First, convert dataframe to long format
storm_long <- gather(fatalities_injuries_10, Fatalities_Injuries, Totals, -EVTYPE, convert = FALSE)
fi_chart <- storm_long %>%
ggplot(aes(x = reorder(EVTYPE, Totals), y = Totals)) +
geom_bar(stat = "identity", aes(fill = Fatalities_Injuries), position = "dodge") +
coord_flip() +
labs(title = "United States Total Fatalities and Injuries by Event (1989-2011)",
x = "Event Type", y = "Frequency") +
theme(legend.title = element_blank())
fi_chart
The plot illustrates the tornado category contributes to the maximum number of injuries and combined total fatalities and injuries, followed by heat and flood weather events. However, the heat associated events contribute to the maximum number of fatalities, followed by tornado and flood events.

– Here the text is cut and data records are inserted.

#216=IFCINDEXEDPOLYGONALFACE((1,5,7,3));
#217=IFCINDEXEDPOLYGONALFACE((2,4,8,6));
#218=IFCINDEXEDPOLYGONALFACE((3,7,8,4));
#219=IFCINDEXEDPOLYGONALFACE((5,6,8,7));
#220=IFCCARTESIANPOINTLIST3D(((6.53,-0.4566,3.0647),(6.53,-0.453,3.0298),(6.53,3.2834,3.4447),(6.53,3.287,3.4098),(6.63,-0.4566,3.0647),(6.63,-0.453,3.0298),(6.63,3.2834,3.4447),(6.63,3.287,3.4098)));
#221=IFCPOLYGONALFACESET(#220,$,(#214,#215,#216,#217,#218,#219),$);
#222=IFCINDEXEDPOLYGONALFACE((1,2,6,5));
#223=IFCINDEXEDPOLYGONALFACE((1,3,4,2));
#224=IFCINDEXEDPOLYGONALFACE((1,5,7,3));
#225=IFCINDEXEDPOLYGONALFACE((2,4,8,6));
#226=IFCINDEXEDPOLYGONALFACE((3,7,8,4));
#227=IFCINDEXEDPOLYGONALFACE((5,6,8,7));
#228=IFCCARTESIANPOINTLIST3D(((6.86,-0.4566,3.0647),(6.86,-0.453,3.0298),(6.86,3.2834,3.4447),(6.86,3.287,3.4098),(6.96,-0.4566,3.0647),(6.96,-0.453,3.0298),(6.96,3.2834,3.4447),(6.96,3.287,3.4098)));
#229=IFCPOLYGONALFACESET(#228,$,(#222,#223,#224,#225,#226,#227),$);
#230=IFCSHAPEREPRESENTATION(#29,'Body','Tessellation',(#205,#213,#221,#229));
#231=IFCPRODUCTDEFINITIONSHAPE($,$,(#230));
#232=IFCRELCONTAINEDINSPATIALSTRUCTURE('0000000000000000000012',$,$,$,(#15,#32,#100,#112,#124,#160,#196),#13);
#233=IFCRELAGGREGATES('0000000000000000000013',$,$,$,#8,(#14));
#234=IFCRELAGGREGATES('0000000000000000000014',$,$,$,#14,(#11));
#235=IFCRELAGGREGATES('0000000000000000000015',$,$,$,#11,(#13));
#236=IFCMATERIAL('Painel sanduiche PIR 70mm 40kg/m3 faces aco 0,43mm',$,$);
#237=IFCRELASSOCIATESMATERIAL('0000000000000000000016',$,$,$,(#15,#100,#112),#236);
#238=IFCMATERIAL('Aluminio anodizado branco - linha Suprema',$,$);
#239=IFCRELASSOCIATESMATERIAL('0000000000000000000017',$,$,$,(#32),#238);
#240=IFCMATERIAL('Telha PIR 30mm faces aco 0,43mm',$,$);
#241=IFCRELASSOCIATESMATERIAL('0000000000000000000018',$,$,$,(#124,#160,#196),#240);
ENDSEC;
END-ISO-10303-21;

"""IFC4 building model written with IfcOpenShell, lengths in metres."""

Calculate property damage costs (PropertyCost) and crop damage costs (CropCost) by event type (in million $)
stormSel2 <- stormSel2 %>%
mutate(PropertyCost = (PROPDMG * PROPDMGEXP1) / 10^6) %>%
mutate(CropCost = (CROPDMG * CROPDMGEXP1) / 10^6)
property_crop <- stormSel2 %>%
group_by(EVTYPE) %>%
summarise(PropertyTotalCost = sum(PropertyCost),
CropTotalCost = sum(CropCost),
Totals = PropertyTotalCost + CropTotalCost) %>%
arrange(desc(Totals))
Print the top 10 events order by property and crop damage costs (combined)

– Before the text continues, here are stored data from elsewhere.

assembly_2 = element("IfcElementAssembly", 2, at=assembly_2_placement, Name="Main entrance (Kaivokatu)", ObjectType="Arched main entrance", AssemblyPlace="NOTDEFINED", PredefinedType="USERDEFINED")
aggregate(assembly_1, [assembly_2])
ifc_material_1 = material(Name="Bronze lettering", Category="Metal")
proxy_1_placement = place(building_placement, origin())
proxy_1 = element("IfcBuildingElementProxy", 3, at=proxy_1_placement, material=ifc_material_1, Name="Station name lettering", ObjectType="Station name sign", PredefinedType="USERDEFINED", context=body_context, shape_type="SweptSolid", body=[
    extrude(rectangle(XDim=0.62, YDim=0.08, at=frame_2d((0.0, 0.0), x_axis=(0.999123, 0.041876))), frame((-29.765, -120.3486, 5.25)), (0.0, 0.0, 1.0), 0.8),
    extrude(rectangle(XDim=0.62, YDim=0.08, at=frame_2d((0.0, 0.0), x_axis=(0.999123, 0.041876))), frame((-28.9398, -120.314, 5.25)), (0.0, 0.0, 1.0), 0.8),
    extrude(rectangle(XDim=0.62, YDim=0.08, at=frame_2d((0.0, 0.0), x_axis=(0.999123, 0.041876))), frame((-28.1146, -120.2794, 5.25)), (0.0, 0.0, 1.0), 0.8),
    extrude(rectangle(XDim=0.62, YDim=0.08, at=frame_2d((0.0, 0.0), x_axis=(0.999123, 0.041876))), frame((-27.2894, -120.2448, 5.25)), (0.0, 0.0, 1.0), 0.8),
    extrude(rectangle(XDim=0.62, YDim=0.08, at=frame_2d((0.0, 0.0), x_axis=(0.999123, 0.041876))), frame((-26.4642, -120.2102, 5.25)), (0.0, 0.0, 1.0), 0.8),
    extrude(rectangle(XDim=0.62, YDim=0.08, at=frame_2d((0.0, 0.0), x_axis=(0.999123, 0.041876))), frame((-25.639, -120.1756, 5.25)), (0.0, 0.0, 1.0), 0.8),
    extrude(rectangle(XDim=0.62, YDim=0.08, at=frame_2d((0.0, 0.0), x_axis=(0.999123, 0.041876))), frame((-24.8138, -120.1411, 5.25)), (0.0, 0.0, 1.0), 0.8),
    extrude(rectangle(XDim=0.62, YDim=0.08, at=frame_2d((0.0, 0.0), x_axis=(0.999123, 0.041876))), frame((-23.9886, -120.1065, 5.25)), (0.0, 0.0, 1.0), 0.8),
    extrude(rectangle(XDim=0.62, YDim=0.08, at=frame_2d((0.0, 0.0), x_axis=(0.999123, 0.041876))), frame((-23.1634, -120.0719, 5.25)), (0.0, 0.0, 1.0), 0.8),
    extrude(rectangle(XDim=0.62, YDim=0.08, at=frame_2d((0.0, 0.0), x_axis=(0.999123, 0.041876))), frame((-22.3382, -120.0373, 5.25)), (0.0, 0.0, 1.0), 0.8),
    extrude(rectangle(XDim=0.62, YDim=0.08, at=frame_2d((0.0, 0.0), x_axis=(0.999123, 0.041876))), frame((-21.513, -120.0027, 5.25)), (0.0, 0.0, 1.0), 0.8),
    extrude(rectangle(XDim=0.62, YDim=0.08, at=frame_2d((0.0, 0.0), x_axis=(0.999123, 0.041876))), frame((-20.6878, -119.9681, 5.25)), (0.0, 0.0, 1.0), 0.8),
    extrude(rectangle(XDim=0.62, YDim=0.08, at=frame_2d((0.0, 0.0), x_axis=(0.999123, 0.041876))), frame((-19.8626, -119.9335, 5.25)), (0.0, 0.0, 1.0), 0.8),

property_crop_10 <- property_crop[1:10, ]
property_crop_10
## # A tibble: 10 x 4
## EVTYPE PropertyTotalCost CropTotalCost Totals
## <chr> <dbl> <dbl> <dbl>
## 1 FLOOD 168270. 12389. 180659.
## 2 HURRICANE 85256. 5506. 90763.
## 3 STORM SURGE 47965. 0.855 47966.
## 4 TORNADO 32294. 415. 32709.
## 5 HAIL 15978. 3047. 19024.
## 6 HEAT 1066. 14877. 15943.
## 7 THUNDERSTORM 12785. 1274. 14060.
## 8 ICE 3959. 5022. 8981.
## 9 WILDFIRE 8497. 403. 8900.
## 10 TROPICAL STORM 7716. 695. 8411.
Plot barchart for total property and crop damage costs by event type
First, convert dataframe to long format
prop_crop_long <- gather(property_crop_10, Property_Crop, Totals, -EVTYPE, convert = FALSE)

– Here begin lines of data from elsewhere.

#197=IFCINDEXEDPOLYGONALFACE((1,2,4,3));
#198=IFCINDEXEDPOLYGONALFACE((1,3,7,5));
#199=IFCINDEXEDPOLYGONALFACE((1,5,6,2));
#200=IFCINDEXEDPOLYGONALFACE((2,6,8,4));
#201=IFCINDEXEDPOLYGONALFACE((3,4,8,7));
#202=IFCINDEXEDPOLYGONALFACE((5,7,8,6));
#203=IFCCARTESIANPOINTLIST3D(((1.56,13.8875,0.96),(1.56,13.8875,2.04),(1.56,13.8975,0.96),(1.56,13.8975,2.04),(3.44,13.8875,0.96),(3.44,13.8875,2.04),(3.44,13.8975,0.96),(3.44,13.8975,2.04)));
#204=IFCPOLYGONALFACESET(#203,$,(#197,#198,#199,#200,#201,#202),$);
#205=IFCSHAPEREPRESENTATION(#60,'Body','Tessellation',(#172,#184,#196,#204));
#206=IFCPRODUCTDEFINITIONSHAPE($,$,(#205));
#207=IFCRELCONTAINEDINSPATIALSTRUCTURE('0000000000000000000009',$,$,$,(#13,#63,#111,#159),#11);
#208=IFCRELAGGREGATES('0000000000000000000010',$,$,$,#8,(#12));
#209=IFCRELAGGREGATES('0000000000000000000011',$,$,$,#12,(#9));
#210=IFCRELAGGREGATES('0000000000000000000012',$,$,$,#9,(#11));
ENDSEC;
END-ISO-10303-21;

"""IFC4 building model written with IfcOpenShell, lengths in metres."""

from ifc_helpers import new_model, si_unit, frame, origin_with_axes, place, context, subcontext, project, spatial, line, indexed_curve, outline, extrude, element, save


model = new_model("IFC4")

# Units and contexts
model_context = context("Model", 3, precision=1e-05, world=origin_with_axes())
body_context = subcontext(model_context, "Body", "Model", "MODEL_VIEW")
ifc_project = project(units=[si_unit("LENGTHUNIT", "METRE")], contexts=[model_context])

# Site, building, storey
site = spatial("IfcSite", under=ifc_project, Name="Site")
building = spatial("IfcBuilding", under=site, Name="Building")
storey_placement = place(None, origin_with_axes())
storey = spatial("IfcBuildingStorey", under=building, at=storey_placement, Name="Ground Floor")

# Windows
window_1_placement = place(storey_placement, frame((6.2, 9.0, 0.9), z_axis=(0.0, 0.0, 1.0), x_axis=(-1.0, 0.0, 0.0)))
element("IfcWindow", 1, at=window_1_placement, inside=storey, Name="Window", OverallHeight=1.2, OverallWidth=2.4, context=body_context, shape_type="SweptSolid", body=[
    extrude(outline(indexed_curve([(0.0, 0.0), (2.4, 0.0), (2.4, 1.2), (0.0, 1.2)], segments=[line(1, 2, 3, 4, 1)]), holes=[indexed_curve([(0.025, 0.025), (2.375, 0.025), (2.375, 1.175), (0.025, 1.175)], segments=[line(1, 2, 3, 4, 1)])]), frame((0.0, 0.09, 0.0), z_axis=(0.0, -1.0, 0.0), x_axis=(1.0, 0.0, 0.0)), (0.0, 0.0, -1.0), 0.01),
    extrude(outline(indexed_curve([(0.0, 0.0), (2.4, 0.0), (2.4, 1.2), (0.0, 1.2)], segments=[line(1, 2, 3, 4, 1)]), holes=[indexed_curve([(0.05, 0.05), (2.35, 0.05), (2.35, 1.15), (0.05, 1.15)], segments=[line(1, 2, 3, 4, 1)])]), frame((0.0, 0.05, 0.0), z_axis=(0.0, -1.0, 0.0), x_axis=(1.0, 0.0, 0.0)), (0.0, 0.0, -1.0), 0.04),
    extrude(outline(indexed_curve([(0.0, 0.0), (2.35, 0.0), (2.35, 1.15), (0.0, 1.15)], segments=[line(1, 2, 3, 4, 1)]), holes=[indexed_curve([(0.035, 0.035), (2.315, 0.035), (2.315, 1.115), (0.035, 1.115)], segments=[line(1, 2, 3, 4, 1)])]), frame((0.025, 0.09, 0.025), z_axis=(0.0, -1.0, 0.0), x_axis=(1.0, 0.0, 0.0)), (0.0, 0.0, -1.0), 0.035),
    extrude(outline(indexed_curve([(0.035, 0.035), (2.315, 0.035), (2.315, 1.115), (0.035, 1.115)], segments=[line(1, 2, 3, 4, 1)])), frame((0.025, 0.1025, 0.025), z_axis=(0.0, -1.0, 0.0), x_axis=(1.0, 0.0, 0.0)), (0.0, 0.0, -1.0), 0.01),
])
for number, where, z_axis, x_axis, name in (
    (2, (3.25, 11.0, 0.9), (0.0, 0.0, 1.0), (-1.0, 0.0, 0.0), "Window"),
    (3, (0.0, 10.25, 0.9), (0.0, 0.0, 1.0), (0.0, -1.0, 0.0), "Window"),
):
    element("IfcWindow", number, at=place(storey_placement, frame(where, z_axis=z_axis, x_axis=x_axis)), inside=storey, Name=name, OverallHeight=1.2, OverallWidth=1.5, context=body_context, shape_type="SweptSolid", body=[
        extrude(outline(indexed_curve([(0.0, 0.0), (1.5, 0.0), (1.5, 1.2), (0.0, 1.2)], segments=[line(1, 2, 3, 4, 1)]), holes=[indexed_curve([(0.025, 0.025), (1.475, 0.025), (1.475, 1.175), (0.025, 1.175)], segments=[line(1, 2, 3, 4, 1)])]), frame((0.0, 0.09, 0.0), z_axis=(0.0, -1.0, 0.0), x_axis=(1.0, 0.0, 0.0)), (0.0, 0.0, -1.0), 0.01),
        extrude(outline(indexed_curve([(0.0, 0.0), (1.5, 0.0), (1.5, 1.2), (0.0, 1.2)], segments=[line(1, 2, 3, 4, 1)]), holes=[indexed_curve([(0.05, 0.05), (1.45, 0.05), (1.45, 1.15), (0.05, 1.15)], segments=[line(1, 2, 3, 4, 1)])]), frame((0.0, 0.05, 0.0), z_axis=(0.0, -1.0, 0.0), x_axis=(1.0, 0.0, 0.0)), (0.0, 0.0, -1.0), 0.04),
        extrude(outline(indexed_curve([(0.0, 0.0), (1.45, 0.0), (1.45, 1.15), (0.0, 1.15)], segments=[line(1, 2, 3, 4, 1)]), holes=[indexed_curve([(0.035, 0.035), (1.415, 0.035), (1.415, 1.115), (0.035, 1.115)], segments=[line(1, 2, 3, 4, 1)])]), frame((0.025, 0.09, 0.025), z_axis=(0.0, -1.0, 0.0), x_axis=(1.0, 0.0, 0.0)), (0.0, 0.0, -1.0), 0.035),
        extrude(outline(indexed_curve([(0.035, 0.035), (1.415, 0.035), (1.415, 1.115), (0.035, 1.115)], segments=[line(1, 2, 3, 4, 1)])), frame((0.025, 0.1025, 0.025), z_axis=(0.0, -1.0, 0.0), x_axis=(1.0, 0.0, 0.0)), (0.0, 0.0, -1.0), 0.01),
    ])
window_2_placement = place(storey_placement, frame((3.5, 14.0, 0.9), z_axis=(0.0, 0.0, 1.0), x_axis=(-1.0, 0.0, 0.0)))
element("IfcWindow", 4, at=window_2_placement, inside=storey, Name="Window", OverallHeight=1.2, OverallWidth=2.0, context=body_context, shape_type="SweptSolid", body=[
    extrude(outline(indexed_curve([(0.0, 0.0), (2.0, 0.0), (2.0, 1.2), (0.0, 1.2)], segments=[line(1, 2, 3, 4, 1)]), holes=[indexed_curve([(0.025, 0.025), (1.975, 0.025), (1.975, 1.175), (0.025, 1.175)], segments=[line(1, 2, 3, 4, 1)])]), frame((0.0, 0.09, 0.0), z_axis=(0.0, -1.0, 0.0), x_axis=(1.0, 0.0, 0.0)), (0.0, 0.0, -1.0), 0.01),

pc_chart <- prop_crop_long %>%
ggplot(aes(x = reorder(EVTYPE, Totals), y = Totals)) +
geom_bar(stat = "identity", aes(fill = Property_Crop), position = "dodge") +
coord_flip() +
labs(title = "United States Total Property and Crop Damage Costs by Event (1989-2011)",
x = "Event Type", y = "Damage Costs (millions of dollars)") +
theme(legend.title = element_blank())
pc_chart
The plot illustrates the flood category contributes to the maximum number of property damage costs and combined total property and crop damage costs, followed by hurricane and storm surge weather events. However, the heat associated events contribute to the maximum number of crop damage costs, followed by flood, hurricane, and ice/freeze categories.